Tallow's is definitely lust, but pride comes a close second. She can be smug as hell.


----------



## Nax04 (Sep 17, 2019)

Lust and Wrath


----------



## Toby_Morpheus (Sep 17, 2019)

My sona is based on myself so...
Hmm...
I guess pride even though I might not have a lot of it?
Like I'm only really proud of things that I've done personally and I might be a little showy about it once in a while but not like... overbearing, you know?

At least I don't think so. I try to be humble in most situations...


----------



## FluffyShutterbug (Sep 17, 2019)

Lol, mine is definitely lust.


----------



## Tallow_Phoenix (Sep 17, 2019)

Toby_Morpheus said:


> My sona is based on myself so...
> Hmm...
> I guess pride even though I might not have a lot of it?
> Like I'm only really proud of things that I've done personally and I might be a little showy about it once in a while but not like... overbearing, you know?
> ...


Too pure for this thread :v


----------



## Deleted member 82554 (Sep 17, 2019)

All of the above.


----------



## Z-ro (Sep 17, 2019)

Wrath
Envy..
I don't know what I did to be sinful
Lust.....and Greed


----------



## Nax04 (Sep 17, 2019)

Tallow_Phoenix said:


> Too pure for this thread :v


The white sheep


----------



## Deleted member 111470 (Sep 17, 2019)

Greed above all.


----------



## Infrarednexus (Sep 17, 2019)

Pride


----------



## Deleted member 132067 (Sep 17, 2019)

Hard to tell, she isn't really the type of character to act sinful. I would guess that if she ever finds herself within a very dark place, especially considering the rough, realistic medieval setting she lives in, envy could be the thing that gets the best of her. Or worst, in that case.


----------



## Doodle Bunny (Sep 17, 2019)

Does gluttony for monster knowledge count?


----------



## Munch D. Terelli (Sep 17, 2019)

Absolutely gluttony. She'll eat anything. _Anything_. "Favorite food: beef jerky, popcorn, old tires..." 

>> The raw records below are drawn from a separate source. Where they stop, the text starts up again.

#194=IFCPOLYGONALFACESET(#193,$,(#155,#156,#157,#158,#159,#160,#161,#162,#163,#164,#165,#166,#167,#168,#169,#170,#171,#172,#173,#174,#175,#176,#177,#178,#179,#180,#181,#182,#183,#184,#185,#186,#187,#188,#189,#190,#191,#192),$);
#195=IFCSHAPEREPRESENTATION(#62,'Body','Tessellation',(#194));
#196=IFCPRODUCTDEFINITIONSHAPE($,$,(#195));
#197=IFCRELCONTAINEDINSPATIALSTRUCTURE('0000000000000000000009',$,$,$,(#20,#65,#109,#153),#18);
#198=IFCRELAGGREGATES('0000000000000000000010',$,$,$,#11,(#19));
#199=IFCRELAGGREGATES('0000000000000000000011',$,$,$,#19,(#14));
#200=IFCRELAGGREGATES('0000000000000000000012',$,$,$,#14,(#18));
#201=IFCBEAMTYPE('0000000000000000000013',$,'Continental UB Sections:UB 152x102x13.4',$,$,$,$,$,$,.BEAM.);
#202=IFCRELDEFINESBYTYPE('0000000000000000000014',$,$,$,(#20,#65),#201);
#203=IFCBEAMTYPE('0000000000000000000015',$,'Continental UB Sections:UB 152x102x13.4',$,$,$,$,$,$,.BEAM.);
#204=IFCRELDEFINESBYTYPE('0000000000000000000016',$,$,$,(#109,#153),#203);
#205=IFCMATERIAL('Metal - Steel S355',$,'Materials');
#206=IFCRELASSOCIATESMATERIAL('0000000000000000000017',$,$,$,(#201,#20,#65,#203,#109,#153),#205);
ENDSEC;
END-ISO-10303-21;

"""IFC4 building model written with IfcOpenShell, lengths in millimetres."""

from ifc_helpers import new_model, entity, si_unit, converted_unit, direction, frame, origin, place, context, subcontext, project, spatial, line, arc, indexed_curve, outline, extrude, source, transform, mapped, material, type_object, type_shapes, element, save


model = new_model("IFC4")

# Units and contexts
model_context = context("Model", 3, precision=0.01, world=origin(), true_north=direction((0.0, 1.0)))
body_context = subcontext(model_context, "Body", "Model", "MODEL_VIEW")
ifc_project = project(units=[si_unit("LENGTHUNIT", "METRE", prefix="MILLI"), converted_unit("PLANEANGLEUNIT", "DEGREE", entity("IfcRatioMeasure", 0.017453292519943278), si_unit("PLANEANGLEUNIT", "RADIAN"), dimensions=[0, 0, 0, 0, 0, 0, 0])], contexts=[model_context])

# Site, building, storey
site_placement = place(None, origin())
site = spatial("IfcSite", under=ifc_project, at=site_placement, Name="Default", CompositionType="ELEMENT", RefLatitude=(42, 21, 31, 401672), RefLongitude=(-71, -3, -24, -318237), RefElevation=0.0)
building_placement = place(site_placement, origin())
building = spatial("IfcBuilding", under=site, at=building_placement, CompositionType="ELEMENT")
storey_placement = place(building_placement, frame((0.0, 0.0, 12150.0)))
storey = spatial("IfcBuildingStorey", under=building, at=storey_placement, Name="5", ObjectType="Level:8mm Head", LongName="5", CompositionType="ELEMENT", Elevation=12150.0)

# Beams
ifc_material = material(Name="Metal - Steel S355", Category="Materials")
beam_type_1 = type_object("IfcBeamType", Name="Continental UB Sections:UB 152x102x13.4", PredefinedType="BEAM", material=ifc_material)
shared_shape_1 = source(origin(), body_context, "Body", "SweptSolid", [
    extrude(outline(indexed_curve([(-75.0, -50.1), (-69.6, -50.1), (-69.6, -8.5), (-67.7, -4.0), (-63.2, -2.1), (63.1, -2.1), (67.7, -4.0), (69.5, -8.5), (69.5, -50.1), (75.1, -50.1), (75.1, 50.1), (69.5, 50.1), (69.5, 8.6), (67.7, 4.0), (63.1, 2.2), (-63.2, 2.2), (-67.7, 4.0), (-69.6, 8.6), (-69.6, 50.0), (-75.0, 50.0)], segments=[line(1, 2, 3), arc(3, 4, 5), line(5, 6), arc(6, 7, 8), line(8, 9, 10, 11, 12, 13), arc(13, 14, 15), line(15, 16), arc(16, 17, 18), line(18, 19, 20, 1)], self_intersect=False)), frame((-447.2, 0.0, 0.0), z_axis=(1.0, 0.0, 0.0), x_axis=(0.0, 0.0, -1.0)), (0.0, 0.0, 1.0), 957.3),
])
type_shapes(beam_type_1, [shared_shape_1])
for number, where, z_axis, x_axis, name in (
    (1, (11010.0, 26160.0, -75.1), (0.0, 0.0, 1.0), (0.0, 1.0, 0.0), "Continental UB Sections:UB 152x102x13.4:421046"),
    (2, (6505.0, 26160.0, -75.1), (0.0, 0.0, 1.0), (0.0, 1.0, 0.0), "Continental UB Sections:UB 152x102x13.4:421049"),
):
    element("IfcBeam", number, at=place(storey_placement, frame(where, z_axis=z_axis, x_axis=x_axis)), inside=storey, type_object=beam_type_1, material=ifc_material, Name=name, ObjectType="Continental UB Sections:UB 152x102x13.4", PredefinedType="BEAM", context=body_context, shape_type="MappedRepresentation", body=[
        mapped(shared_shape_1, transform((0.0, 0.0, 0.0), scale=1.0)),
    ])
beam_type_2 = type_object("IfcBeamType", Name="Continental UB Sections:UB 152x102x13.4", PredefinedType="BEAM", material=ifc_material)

She's pretty much an innocent as regards most of the rest of them. Maybe a bit of wrath if you get between her and food. 

notdiscussinglustoutsideofitsproperseason


----------



## Jackpot Raccuki (Sep 17, 2019)

Technically he’s neither but in a way I say glutton because he doesn’t need to eat but does.


----------



## Marius Merganser (Sep 17, 2019)

If there's sushi anywhere in a 5 mile radius, it's gluttony.


----------



## MaetheDragon (Sep 17, 2019)

Sloth. Definitely Sloth. Mae is just a better version of me, and I can definitely say that she too procrastinates a little too much in her life.


----------



## Z-ro (Sep 17, 2019)

MCtheBeardie said:


> Sloth. Definitely Sloth. Mae is just a better version of me, and I can definitely say that she too procrastinates a little too much in her life.


Bump it up


----------



## Fallowfox (Sep 17, 2019)

Sloth.

I murdered a Sloth, guys.


----------



## Nyro46 (Sep 17, 2019)

Probably wrath, because that would be mine :|


----------



## Wabbajax (Sep 17, 2019)

Pride. Not being willing to ask for help even when one needs it. Being too stubborn to change one's way of doing things even when shown that their way does not work.


----------



## Nax04 (Sep 17, 2019)

Search for Darksiders 3 (your deadly sin)  if you want a cool visual representation
For Greed there are 2 versions btw

Thank me later


----------



## Punji (Sep 17, 2019)

Wrath.

A white-hot rage on a hair-trigger. It burns as fast as the spark but it has an intensity.


----------



## Mayflower (Sep 17, 2019)

Lust. No doubt about it. My fursona is constantly cheating on her husband


----------



## ConorHyena (Sep 17, 2019)

Wrath and pride, definitly.


----------



## KimberVaile (Sep 17, 2019)

As a fox I'd be obligated to say it's a toss up between pride and lust.
Nothing worse than a proud degenerate.


----------



## Guifrog (Sep 17, 2019)

Gluttony. And apparently I'll end up like this in 20 years, as depicted by @Doodle Bunny:







There's also the risk of exploding, so be careful if you come nearby. I'm a poison dart frog and who knows what I would have eaten ;p


----------



## Z-ro (Sep 17, 2019)

Guifrog said:


> Gluttony. And apparently I'll end up like this in 20 years, as depicted by @Doodle Bunny:
> 
> 
> 
> ...


@Doodle Bunny , I envy you


----------



## Doodle Bunny (Sep 17, 2019)

No-fur-ther said:


> @Doodle Bunny , I envy you


Well, that just boosts my pride.


----------



## Tyno (Sep 17, 2019)

Grofit 
Greed
Need treasure and gems for art money.


----------



## AceQuorthon (Sep 17, 2019)

̶L̶u̶s̶t̶

Hmm, that's a hard one


----------



## Arnak (Sep 17, 2019)

Ricky: wrath
Arnak: pride, greed and sometimes lust
Frostbite: gluttony 
Aika: nothing cuz aika's a good little manokit


----------



## StealthMode (Sep 18, 2019)

Both of them would be pretty envious of other people (for perfectly good reasons though)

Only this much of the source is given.